■ **Aim of the task**:
Nothing more is wanted than an exact repeat of the data below.

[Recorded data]
● ● ● ● ●

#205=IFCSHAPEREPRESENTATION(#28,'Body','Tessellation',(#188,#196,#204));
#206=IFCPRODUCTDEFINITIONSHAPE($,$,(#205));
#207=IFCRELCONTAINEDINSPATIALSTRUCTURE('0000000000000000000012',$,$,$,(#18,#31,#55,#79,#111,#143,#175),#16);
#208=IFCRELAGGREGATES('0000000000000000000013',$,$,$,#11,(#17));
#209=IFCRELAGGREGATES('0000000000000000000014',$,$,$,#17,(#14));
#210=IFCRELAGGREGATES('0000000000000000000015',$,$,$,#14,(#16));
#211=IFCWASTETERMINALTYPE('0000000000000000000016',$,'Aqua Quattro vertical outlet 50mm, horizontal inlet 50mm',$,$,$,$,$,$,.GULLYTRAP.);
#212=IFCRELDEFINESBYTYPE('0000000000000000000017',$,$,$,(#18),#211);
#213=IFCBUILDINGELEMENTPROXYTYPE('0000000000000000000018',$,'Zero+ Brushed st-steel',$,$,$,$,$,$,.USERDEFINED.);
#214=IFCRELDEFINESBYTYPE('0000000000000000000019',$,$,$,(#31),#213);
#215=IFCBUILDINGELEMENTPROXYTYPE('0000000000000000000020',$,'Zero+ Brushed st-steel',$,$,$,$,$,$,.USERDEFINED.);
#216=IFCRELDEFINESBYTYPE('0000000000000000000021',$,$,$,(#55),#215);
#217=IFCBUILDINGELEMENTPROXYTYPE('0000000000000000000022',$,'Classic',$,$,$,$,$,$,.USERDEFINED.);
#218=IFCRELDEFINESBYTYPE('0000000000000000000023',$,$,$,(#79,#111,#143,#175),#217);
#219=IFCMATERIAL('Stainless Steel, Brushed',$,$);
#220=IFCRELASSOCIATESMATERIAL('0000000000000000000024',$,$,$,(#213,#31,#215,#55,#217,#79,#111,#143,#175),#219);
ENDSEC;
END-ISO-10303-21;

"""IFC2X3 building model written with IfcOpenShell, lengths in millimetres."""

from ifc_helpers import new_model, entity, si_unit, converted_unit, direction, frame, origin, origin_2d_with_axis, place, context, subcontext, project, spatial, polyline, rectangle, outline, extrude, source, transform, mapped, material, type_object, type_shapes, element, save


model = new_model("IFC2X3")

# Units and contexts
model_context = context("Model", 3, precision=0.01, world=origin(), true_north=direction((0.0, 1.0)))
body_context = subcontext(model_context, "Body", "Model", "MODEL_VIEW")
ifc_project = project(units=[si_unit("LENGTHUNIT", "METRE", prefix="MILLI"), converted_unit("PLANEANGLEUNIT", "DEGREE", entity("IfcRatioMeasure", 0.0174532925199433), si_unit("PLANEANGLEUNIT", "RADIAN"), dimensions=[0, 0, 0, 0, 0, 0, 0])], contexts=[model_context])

● ● ● ● ●

■ **Response**:
#205=IFCSHAPEREPRESENTATION(#28,'Body','Tessellation',(#188,#196,#204));
#206=IFCPRODUCTDEFINITIONSHAPE($,$,(#205));
#207=IFCRELCONTAINEDINSPATIALSTRUCTURE('0000000000000000000012',$,$,$,(#18,#31,#55,#79,#111,#143,#175),#16);
#208=IFCRELAGGREGATES('0000000000000000000013',$,$,$,#11,(#17));
#209=IFCRELAGGREGATES('0000000000000000000014',$,$,$,#17,(#14));
#210=IFCRELAGGREGATES('0000000000000000000015',$,$,$,#14,(#16));
#211=IFCWASTETERMINALTYPE('0000000000000000000016',$,'Aqua Quattro vertical outlet 50mm, horizontal inlet 50mm',$,$,$,$,$,$,.GULLYTRAP.);
#212=IFCRELDEFINESBYTYPE('0000000000000000000017',$,$,$,(#18),#211);
#213=IFCBUILDINGELEMENTPROXYTYPE('0000000000000000000018',$,'Zero+ Brushed st-steel',$,$,$,$,$,$,.USERDEFINED.);
#214=IFCRELDEFINESBYTYPE('0000000000000000000019',$,$,$,(#31),#213);
#215=IFCBUILDINGELEMENTPROXYTYPE('0000000000000000000020',$,'Zero+ Brushed st-steel',$,$,$,$,$,$,.USERDEFINED.);
#216=IFCRELDEFINESBYTYPE('0000000000000000000021',$,$,$,(#55),#215);
#217=IFCBUILDINGELEMENTPROXYTYPE('0000000000000000000022',$,'Classic',$,$,$,$,$,$,.USERDEFINED.);
#218=IFCRELDEFINESBYTYPE('0000000000000000000023',$,$,$,(#79,#111,#143,#175),#217);
#219=IFCMATERIAL('Stainless Steel, Brushed',$,$);
#220=IFCRELASSOCIATESMATERIAL('0000000000000000000024',$,$,$,(#213,#31,#215,#55,#217,#79,#111,#143,#175),#219);
ENDSEC;
END-ISO-10303-21;

"""IFC2X3 building model written with IfcOpenShell, lengths in millimetres."""

from ifc_helpers import new_model, entity, si_unit, converted_unit, direction, frame, origin, origin_2d_with_axis, place, context, subcontext, project, spatial, polyline, rectangle, outline, extrude, source, transform, mapped, material, type_object, type_shapes, element, save


model = new_model("IFC2X3")

# Units and contexts
model_context = context("Model", 3, precision=0.01, world=origin(), true_north=direction((0.0, 1.0)))
body_context = subcontext(model_context, "Body", "Model", "MODEL_VIEW")
ifc_project = project(units=[si_unit("LENGTHUNIT", "METRE", prefix="MILLI"), converted_unit("PLANEANGLEUNIT", "DEGREE", entity("IfcRatioMeasure", 0.0174532925199433), si_unit("PLANEANGLEUNIT", "RADIAN"), dimensions=[0, 0, 0, 0, 0, 0, 0])], contexts=[model_context])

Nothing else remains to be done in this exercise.